▶ Records for the task

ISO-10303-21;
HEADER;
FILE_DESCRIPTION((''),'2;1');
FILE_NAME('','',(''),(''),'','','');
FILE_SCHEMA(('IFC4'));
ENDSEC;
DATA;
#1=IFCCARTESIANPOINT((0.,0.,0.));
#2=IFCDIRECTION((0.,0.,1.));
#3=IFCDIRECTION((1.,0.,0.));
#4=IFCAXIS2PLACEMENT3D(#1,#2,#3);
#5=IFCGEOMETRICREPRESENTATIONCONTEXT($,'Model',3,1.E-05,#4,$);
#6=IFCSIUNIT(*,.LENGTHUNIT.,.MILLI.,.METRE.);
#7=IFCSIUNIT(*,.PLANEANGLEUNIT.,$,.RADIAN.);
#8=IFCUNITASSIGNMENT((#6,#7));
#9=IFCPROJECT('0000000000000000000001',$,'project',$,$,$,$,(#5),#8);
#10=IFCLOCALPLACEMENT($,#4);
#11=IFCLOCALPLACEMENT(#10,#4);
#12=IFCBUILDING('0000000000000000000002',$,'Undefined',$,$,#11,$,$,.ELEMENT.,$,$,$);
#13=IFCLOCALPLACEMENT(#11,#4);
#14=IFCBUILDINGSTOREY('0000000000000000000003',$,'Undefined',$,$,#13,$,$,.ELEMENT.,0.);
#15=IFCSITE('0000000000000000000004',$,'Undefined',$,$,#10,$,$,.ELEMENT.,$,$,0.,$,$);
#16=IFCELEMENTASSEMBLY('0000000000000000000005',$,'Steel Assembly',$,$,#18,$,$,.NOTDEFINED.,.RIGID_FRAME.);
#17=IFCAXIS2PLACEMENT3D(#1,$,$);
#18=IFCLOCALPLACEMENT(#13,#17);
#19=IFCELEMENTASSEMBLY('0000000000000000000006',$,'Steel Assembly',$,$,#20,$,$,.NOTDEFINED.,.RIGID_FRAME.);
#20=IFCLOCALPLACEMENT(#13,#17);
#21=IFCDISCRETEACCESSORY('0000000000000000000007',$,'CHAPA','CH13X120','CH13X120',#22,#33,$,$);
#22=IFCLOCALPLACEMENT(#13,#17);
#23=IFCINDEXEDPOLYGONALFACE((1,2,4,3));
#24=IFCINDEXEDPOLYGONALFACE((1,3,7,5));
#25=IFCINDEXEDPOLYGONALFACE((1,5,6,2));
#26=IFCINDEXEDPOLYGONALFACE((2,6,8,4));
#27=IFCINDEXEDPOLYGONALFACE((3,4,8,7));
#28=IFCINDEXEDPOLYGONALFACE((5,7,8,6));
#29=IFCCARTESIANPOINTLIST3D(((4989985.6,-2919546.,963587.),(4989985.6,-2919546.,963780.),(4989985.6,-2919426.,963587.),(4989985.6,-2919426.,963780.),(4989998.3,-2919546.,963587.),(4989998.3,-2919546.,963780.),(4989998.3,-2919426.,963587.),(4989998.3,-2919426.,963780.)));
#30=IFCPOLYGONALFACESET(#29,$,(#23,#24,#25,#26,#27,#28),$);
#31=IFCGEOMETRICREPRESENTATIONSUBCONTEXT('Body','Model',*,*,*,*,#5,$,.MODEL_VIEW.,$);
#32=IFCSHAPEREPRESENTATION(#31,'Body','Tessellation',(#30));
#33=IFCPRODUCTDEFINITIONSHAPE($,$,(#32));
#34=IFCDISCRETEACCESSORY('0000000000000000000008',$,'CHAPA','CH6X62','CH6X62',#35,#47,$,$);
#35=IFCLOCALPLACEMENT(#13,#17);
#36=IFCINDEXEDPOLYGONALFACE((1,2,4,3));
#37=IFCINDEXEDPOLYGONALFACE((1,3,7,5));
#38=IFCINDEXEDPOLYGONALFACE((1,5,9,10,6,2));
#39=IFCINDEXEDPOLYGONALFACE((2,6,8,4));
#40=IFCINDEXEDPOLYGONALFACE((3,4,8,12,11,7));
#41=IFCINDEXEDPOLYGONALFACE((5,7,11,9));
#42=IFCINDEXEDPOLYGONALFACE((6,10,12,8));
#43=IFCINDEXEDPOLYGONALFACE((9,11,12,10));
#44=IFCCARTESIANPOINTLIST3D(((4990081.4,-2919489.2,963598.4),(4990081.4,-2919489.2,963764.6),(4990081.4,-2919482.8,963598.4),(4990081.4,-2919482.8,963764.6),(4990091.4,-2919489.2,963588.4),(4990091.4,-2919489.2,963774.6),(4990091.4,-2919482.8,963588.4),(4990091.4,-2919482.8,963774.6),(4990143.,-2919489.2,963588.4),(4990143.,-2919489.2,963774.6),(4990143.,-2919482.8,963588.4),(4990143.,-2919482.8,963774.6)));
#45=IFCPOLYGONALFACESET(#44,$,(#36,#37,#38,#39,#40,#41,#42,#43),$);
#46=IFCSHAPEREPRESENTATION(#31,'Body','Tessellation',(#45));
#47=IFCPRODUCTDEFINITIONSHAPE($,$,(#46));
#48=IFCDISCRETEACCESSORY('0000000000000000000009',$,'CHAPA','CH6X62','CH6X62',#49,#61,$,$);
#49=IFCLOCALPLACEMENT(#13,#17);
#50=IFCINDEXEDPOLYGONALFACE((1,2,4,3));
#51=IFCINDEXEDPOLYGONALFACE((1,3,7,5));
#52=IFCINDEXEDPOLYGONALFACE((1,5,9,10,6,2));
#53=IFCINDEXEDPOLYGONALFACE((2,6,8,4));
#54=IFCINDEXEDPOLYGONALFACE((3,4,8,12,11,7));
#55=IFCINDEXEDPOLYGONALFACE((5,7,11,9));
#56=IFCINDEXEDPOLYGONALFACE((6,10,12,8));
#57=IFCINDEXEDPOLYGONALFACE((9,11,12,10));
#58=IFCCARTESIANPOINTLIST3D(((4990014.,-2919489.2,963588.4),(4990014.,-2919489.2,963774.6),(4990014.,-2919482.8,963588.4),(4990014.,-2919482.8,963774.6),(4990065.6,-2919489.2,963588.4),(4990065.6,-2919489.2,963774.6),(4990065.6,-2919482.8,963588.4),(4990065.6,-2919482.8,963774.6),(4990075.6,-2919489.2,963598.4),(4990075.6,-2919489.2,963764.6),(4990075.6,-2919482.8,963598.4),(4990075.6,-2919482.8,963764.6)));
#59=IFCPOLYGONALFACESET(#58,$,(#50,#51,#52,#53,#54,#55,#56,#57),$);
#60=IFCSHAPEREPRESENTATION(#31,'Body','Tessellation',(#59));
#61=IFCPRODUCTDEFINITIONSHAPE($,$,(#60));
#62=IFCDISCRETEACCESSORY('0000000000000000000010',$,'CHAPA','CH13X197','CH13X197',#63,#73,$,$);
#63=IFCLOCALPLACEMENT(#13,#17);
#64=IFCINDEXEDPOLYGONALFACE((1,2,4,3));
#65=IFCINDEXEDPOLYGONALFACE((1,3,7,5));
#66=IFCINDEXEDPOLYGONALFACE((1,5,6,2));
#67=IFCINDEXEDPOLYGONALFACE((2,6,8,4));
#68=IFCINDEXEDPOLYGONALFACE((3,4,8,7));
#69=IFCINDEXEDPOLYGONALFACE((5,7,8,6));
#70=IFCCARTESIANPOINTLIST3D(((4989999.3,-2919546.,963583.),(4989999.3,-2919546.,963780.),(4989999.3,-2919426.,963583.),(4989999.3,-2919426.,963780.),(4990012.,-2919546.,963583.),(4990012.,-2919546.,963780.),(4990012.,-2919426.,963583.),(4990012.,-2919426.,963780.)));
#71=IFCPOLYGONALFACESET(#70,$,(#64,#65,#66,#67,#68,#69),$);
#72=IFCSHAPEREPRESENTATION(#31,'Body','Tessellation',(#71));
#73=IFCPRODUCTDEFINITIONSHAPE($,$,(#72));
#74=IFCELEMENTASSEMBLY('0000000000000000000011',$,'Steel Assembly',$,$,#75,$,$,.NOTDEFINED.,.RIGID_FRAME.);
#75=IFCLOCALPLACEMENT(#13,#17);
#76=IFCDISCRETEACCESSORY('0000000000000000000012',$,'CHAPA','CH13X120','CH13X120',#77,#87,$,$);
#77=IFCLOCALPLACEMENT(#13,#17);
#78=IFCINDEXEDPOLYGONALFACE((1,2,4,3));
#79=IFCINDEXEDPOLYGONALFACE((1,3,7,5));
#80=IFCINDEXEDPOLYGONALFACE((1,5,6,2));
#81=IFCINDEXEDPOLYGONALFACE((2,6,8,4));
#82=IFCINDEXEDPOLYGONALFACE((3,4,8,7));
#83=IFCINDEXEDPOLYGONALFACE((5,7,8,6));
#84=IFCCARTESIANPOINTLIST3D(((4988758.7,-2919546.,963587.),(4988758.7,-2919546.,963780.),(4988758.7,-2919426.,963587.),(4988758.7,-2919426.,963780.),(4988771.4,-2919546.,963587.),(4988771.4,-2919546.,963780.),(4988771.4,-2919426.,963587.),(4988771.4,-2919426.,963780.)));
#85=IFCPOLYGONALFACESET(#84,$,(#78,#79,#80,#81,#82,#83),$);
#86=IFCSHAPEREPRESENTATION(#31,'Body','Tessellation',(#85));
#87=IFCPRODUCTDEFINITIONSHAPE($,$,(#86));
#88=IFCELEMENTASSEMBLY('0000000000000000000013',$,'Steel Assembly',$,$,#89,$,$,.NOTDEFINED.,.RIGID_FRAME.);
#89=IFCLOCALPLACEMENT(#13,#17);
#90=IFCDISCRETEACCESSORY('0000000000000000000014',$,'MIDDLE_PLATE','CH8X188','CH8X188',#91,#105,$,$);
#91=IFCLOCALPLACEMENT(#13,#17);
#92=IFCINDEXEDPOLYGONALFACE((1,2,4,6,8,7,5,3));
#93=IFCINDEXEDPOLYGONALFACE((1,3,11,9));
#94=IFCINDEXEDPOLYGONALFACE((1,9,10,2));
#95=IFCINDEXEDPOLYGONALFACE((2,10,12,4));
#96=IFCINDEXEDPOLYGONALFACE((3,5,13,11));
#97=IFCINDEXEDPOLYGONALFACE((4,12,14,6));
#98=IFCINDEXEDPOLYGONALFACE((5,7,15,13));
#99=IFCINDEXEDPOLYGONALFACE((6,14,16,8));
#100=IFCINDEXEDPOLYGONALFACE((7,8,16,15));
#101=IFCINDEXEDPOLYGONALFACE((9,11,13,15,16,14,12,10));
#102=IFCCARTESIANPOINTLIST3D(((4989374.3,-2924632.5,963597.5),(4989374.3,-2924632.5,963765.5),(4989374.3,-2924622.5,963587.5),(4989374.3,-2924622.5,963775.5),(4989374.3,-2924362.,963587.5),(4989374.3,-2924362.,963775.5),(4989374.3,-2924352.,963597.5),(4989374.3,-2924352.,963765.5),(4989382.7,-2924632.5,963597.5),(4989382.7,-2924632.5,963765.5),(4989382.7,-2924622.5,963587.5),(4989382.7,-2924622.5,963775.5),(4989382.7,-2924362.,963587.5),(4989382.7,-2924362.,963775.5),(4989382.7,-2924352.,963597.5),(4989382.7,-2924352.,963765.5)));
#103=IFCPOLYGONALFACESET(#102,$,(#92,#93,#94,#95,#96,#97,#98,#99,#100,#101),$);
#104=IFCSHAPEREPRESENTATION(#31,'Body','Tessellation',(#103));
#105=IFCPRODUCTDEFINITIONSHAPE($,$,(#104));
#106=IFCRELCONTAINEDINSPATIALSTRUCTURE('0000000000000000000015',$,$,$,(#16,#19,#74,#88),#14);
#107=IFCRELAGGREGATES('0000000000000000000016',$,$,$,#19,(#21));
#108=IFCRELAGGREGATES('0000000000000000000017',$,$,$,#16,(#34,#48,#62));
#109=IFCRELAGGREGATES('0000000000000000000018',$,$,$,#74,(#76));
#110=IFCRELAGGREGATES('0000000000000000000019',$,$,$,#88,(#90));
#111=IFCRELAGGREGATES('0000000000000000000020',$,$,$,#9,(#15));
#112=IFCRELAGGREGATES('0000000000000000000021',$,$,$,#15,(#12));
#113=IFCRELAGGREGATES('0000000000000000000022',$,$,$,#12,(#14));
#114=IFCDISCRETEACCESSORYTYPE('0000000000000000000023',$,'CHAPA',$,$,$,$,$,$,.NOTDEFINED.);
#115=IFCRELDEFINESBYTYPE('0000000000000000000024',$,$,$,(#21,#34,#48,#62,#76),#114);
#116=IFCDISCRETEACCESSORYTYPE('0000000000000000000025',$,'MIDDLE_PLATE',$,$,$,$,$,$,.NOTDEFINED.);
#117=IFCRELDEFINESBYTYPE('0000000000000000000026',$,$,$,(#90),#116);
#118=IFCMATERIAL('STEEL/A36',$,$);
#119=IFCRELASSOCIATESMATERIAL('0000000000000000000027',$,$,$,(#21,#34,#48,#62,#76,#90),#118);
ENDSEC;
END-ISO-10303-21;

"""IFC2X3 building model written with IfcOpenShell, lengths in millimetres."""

from ifc_helpers import new_model, si_unit, frame, origin_with_axes, place, context, subcontext, project, spatial, polyline, outline, extrude, material, type_object, element, aggregate, save


model = new_model("IFC2X3")

# Units and contexts
model_context = context("Model", 3, precision=1e-05, world=origin_with_axes())
body_context = subcontext(model_context, "Body", "Model", "MODEL_VIEW")
ifc_project = project(units=[si_unit("LENGTHUNIT", "METRE", prefix="MILLI"), si_unit("PLANEANGLEUNIT", "RADIAN")], contexts=[model_context])

# Site, building, storey
site_placement = place(None, origin_with_axes())
site = spatial("IfcSite", under=ifc_project, at=site_placement, Name="Undefined", CompositionType="ELEMENT", RefElevation=0.0)
building_placement = place(site_placement, origin_with_axes())
building = spatial("IfcBuilding", under=site, at=building_placement, Name="Undefined", CompositionType="ELEMENT")
storey_placement = place(building_placement, origin_with_axes())
storey = spatial("IfcBuildingStorey", under=building, at=storey_placement, Name="Undefined", CompositionType="ELEMENT", Elevation=0.0)

# Shared definitions
ifc_material_1 = material(Name="STEEL/A36")
discrete_accessory_type_1 = type_object("IfcDiscreteAccessoryType", Name="CHAPA")

# Element assembly
assembly_1_placement = place(storey_placement, origin_with_axes())
assembly_1 = element("IfcElementAssembly", 1, at=assembly_1_placement, inside=storey, Name="Steel Assembly", AssemblyPlace="NOTDEFINED", PredefinedType="RIGID_FRAME")

# Element assembly
assembly_2_placement = place(storey_placement, origin_with_axes())
assembly_2 = element("IfcElementAssembly", 2, at=assembly_2_placement, inside=storey, Name="Steel Assembly", AssemblyPlace="NOTDEFINED", PredefinedType="RIGID_FRAME")

# Discrete accessories
discrete_accessory_1_placement = place(assembly_2_placement, frame((4989991.9, -2919486.0, 963780.0), z_axis=(-1.0, 0.0, 0.0), x_axis=(0.0, 0.0, -1.0)))
discrete_accessory_1 = element("IfcDiscreteAccessory", 3, at=discrete_accessory_1_placement, type_object=discrete_accessory_type_1, material=ifc_material_1, Name="CHAPA", Description="CH13X120", ObjectType="CH13X120", context=body_context, shape_type="SweptSolid", body=[
    extrude(outline(polyline([(193.0, 60.0), (193.0, -60.0), (0.0, -60.0), (0.0, 60.0), (193.0, 60.0)])), frame((0.0, 0.0, -6.3), z_axis=(0.0, 0.0, 1.0), x_axis=(1.0, 0.0, 0.0)), (0.0, 0.0, 1.0), 12.7),
])
aggregate(assembly_2, [discrete_accessory_1])
discrete_accessory_2_placement = place(assembly_1_placement, frame((4990081.4, -2919486.0, 963774.6), z_axis=(0.0, 1.0, 0.0), x_axis=(1.0, 0.0, 0.0)))
discrete_accessory_2 = element("IfcDiscreteAccessory", 4, at=discrete_accessory_2_placement, type_object=discrete_accessory_type_1, material=ifc_material_1, Name="CHAPA", Description="CH6X62", ObjectType="CH6X62", context=body_context, shape_type="SweptSolid", body=[
    extrude(outline(polyline([(0.0, 10.0), (10.0, 0.0), (61.6, 0.0), (61.6, 186.2), (10.0, 186.2), (0.0, 176.2), (0.0, 10.0)])), frame((0.0, 0.0, -3.2), z_axis=(0.0, 0.0, 1.0), x_axis=(1.0, 0.0, 0.0)), (0.0, 0.0, 1.0), 6.4),
])
discrete_accessory_3_placement = place(assembly_1_placement, frame((4990075.6, -2919486.0, 963774.6), z_axis=(0.0, -1.0, 0.0), x_axis=(-1.0, 0.0, 0.0)))
discrete_accessory_3 = element("IfcDiscreteAccessory", 5, at=discrete_accessory_3_placement, type_object=discrete_accessory_type_1, material=ifc_material_1, Name="CHAPA", Description="CH6X62", ObjectType="CH6X62", context=body_context, shape_type="SweptSolid", body=[
    extrude(outline(polyline([(0.0, 10.0), (10.0, 0.0), (61.6, 0.0), (61.6, 186.2), (10.0, 186.2), (0.0, 176.2), (0.0, 10.0)])), frame((0.0, 0.0, -3.2), z_axis=(0.0, 0.0, 1.0), x_axis=(1.0, 0.0, 0.0)), (0.0, 0.0, 1.0), 6.4),
])
discrete_accessory_4_placement = place(assembly_1_placement, frame((4990005.6, -2919486.0, 963780.0), z_axis=(-1.0, 0.0, 0.0), x_axis=(0.0, 0.0, -1.0)))
discrete_accessory_4 = element("IfcDiscreteAccessory", 6, at=discrete_accessory_4_placement, type_object=discrete_accessory_type_1, material=ifc_material_1, Name="CHAPA", Description="CH13X197", ObjectType="CH13X197", context=body_context, shape_type="SweptSolid", body=[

▶ Required action
In the records, find every line that has the string "IFCDIRECTION" and copy it.

▶ Task output
#2=IFCDIRECTION((0.,0.,1.));
#3=IFCDIRECTION((1.,0.,0.));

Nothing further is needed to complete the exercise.